Migraine Physiopathology
Migraine Physiopathology
Migraine can be viewed as the interaction of environmental triggers and a susceptible brain.
Migraine is an abnormal state of the brain but it was once thought to be primarily a disorder of blood vessels. Vascular changes occur, but they are not primary, and while some now prefer to call migraine a neurovascular disorder, there is ample evidence that patients with migraines have an abnormal central nervous system, resulting in various well-recognized clinical symptoms.
Migraine triggers include physical activity, dietary factors, sleep disturbances, head trauma, hormonal influences, and medications.
Several medical conditions have been shown to be comorbid with migraine (they occur with migraine more frequently than in the general population). These conditions include mitral valve prolapse, patent foramen ovale (migraine with aura), Raynaud phenomenon, stroke, epilepsy, depression, anxiety, bipolar disorder, and social phobias.
Migraine is generally hereditary with polygenic inheritance. Trauma can also precipitate headache with migrainous features, and the pathophysiologic consequences of head trauma have many similarities to migraine.
The understanding of migraine pathophysiology has advanced significantly in the past 20 years.
There is compelling evidence that diencephalic and brainstem nuclei can modulate activation of the trigeminovascular system. The trigeminovascular system consists of efferent projections to the craniovascular structures of the dura mater and cranial blood vessels, and afferent projections from these structures back to the trigeminal nucleus caudalis (TNC) that runs from the medulla down into the region of the third cervical segment where it blends gradually into the cervical dorsal horns.
Fibers from upper cervical roots enter the TNC, which sends fibers rostrally to the thalamus and collaterals to the autonomic nuclei in the brainstem and the hypothalamus. Thalamic neurons project to the somatosensory cortex but also to areas of the limbic system.

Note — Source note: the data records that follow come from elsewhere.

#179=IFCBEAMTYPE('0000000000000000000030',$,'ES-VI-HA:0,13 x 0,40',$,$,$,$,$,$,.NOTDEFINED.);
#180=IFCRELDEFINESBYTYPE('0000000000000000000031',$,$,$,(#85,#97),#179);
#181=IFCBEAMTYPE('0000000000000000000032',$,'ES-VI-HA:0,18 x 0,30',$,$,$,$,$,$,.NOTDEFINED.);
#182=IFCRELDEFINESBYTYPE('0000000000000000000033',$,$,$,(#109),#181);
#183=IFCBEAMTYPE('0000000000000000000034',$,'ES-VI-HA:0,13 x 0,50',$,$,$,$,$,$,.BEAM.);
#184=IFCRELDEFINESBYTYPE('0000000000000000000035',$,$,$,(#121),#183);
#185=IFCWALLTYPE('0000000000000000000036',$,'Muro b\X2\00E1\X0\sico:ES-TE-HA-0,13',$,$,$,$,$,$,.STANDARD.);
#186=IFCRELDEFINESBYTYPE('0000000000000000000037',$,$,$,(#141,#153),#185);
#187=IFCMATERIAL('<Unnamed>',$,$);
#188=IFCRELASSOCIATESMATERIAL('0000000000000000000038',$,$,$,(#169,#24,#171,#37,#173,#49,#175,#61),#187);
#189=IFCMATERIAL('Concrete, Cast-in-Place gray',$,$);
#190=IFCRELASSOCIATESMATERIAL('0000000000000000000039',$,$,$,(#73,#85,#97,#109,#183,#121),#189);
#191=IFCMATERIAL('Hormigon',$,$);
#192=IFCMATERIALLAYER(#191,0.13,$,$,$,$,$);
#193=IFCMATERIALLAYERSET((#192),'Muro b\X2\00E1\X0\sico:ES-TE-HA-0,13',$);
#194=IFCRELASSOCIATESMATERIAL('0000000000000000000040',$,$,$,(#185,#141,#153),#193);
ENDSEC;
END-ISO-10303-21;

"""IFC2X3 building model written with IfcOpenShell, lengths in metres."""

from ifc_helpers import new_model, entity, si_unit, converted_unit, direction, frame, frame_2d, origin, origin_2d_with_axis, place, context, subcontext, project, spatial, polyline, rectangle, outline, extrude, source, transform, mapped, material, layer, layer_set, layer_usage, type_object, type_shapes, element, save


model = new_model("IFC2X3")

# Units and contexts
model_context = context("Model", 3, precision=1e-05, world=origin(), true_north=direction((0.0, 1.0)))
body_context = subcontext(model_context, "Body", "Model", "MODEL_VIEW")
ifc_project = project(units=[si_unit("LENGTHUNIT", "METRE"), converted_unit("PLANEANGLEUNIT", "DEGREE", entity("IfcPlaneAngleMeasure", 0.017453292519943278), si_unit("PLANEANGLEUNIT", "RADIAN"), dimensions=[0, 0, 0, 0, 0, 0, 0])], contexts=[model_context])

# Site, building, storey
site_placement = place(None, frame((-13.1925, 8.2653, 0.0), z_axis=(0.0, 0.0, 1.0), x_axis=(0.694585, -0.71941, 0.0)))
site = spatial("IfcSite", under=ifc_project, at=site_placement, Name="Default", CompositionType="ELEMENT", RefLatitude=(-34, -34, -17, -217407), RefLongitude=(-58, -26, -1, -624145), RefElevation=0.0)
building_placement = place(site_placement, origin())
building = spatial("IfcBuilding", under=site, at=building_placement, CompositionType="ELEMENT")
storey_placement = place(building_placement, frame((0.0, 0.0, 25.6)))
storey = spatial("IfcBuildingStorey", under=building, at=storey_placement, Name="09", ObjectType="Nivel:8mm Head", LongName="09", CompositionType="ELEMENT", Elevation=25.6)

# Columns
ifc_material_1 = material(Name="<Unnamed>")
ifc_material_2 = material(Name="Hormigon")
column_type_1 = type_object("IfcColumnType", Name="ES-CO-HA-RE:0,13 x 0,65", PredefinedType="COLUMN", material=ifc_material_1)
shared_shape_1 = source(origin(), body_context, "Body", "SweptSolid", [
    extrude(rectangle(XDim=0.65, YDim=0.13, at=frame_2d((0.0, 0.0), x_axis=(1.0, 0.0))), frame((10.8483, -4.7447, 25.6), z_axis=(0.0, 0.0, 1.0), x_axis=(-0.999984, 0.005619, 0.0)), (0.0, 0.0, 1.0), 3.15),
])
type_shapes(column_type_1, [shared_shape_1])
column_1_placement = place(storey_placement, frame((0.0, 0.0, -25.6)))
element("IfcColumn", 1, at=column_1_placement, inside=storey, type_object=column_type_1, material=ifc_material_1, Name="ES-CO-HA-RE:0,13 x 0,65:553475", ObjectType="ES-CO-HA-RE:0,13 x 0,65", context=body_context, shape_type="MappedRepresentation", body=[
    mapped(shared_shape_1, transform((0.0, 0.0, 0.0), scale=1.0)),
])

Pain from the face and head may be referred to the neck, and pain from the neck can be referred to the face, especially in the distribution of the first division of the trigeminal nerve (V1). The greater occipital nerve (formed by C2), is often tender during an attack of migraine or cluster headaches and an occipital nerve blockade can terminate an attack.
Cortical Spread Depression (CSD) may also play an important role in the genesis of a migraine attack.
CSD is a wave of neuronal depolarization followed by a suppression of neuronal activity with blood flow changes that starts at the occipital lobe and moves across the cerebral cortex at rate of about 3 mm/min. Meningeal nociceptors are activated, mast cells are activated and degranulate. The trigeminovascular reflex is activated. Trigeminal neurons supplying the dural vessels release calcitonin gene-related peptide (CGRP), substance P, and neurokinin A.
The vessels dilate and become inflamed, and plasma protein extravasation occurs (also known as sterile neurogenic inflammation) in addition to central sensitization, and is perceived as head pain.
Increased CGRP is found in the jugular veins of patients with migraines during an attack.